Leg 3, Day 6: Dongfeng is ice road truckin’ with MAPFRE

Over the last 24 hours the two red boats in the Volvo Ocean Race fleet have lifted off from the rest and are now engaged in a thrilling gybing battle right along the edge of the ice exclusion zone.

Yes, it’s Dongfeng Race Team against our old friends on the Spanish boat MAPFRE skippered by Xabi Fernandez who are now dueling in the Southern Indian Ocean about 580 miles northwest of the windiest place on earth (the Kerguelen Islands).

This feels like a critical moment not just in this leg but in the race overall as Charles Caudrelier and his team on the boat, with the double swallow motif of Dongfeng Motor Corporation on it sails, look to impose themselves on MAPFRE, having finished behind them in both of the opening legs.

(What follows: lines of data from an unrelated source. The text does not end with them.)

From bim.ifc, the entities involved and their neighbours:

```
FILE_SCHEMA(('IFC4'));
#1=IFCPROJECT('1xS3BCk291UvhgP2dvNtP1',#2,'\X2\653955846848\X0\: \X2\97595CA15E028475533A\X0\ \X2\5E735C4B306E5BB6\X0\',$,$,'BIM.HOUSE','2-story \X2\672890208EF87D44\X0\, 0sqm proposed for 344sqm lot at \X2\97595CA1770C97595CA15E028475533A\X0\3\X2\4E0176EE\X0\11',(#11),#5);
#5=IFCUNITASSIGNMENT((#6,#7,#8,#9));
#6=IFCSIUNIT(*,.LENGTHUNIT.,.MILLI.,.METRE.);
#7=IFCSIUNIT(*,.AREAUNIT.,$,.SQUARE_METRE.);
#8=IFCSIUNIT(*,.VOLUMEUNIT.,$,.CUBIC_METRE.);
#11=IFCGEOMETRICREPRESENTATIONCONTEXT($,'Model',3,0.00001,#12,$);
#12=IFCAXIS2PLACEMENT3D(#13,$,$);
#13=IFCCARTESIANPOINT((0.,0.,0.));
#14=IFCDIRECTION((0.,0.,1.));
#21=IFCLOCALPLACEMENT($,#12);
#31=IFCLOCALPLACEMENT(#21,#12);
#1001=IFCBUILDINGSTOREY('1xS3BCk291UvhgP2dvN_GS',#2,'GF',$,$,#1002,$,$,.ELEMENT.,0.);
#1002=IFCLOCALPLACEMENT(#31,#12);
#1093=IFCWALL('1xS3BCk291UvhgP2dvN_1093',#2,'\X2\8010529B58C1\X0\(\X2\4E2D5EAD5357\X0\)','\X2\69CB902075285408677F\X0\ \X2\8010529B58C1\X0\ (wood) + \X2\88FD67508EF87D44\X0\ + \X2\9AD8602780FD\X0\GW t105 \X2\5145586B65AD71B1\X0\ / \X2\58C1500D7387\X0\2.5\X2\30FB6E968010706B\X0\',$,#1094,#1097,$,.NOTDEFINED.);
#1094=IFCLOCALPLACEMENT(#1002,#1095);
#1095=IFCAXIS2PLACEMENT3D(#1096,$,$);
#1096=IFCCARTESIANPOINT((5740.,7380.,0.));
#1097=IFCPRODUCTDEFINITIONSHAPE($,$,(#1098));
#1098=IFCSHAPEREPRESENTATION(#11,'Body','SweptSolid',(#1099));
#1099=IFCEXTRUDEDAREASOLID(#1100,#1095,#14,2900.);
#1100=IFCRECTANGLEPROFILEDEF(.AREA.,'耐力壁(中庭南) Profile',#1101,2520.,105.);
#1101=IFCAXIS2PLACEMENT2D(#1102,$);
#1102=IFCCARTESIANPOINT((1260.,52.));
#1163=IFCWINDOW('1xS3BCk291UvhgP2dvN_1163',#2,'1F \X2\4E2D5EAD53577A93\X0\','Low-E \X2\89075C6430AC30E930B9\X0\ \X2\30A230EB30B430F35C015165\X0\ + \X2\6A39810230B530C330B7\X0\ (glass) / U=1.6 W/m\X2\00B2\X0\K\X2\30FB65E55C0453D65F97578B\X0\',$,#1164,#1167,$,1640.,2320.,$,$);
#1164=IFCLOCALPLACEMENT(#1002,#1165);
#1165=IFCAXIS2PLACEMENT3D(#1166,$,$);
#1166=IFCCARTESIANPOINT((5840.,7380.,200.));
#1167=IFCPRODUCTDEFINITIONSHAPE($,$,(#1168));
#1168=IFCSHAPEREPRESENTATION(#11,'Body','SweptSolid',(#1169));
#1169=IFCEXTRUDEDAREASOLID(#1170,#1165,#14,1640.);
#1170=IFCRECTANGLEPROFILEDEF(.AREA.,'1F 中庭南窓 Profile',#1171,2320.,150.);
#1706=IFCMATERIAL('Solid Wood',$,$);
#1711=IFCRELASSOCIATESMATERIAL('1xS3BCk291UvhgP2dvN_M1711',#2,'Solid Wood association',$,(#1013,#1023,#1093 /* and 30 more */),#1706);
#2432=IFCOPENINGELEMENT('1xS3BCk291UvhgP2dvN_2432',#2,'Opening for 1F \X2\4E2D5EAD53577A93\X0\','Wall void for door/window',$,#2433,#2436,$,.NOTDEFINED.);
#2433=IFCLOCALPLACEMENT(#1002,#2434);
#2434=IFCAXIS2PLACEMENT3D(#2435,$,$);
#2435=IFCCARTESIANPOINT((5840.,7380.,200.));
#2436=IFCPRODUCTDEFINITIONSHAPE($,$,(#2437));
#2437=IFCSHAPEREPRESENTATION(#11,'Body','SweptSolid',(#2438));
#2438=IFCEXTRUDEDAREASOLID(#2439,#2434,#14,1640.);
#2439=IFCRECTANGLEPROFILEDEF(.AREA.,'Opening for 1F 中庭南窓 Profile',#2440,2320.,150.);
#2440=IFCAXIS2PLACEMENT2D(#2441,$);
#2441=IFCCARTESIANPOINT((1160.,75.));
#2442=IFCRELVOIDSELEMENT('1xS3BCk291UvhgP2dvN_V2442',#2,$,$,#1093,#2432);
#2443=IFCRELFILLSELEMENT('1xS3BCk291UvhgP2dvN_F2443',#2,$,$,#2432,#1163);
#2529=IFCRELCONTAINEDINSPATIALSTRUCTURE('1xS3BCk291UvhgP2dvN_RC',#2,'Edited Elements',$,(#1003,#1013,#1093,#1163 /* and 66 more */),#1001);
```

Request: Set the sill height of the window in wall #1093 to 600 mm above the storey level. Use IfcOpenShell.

```python
import numpy as np
import ifcopenshell
import ifcopenshell.api.geometry
import ifcopenshell.geom
import ifcopenshell.util.element
import ifcopenshell.util.placement
import ifcopenshell.util.shape
import ifcopenshell.util.unit

model = ifcopenshell.open("bim.ifc")
unit_scale = ifcopenshell.util.unit.calculate_unit_scale(model)

window = model.by_id(1163)
opening = window.FillsVoids[0].RelatingOpeningElement
storey = ifcopenshell.util.element.get_container(window, ifc_class="IfcBuildingStorey")
level = ifcopenshell.util.placement.get_local_placement(storey.ObjectPlacement)[2, 3]

# The opening's origin need not be at the sill, so measure its lowest point.
shape = ifcopenshell.geom.create_shape(ifcopenshell.geom.settings(), opening)
bottom = ifcopenshell.util.shape.get_shape_bottom_elevation(shape, shape.geometry) / unit_scale
dz = level + 0.6 / unit_scale - bottom

shift = np.array([0.0, 0.0, dz])
# The window is not placed relative to its opening, so move both.
for product in (opening, window):
    matrix = ifcopenshell.util.placement.get_local_placement(product.ObjectPlacement)
    matrix[:3, 3] += shift
    ifcopenshell.api.geometry.edit_object_placement(model, product=product, matrix=matrix, is_si=False)

print(f"moved by {dz * unit_scale:+.3f} m")

model.write("bim_updated.ifc")
```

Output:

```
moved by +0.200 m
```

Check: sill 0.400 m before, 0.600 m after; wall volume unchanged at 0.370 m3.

It’s a fascinating contest that you can watch, blow-by-blow on the tracker as the two teams put into practice all the downwind speed techniques they developed when two-boat testing off the Spanish resort of Sanxenxo in the late summer.

It is a battle taking place in big sea conditions – likened this morning by Martin Keruzore, the Onboard Reporter on Dongfeng, to racing in the Paris-Dakar rally – and watched by majestic albatrosses swooping low over the boats’ wakes. It is punctuated by gybing manoeuvres that have to be timed to perfection and bring with them the ever-present danger of damage to sails or rig.

This morning the north-south separation between the two crews has been up to 30 nautical miles as the gybe slightly out of phase and cross. Right now Dongfeng has stretched her lead to nearly 16 miles, having pushed hard to open the gap that at one stage had fallen to less than two miles.

The rest of the fleet is spread out to the northwest and to windward of the leading pair, with Vestas 11th Hour Racing in third place but now 101 miles behind and Team Brunel another 80 miles back in fourth place. Team AkzoNobel, which has incurred mast-track and mainsail damage as a result of a violent gybe, is now in last place nearly 300 miles behind Dongfeng and 305 miles to the northwest.

At Dongfeng’s nav station the “distance to go” figure to the finish at Melbourne – where it’s summer, unlike the bitterly cold weather where the crews are right now – is hovering just under 3,880 miles.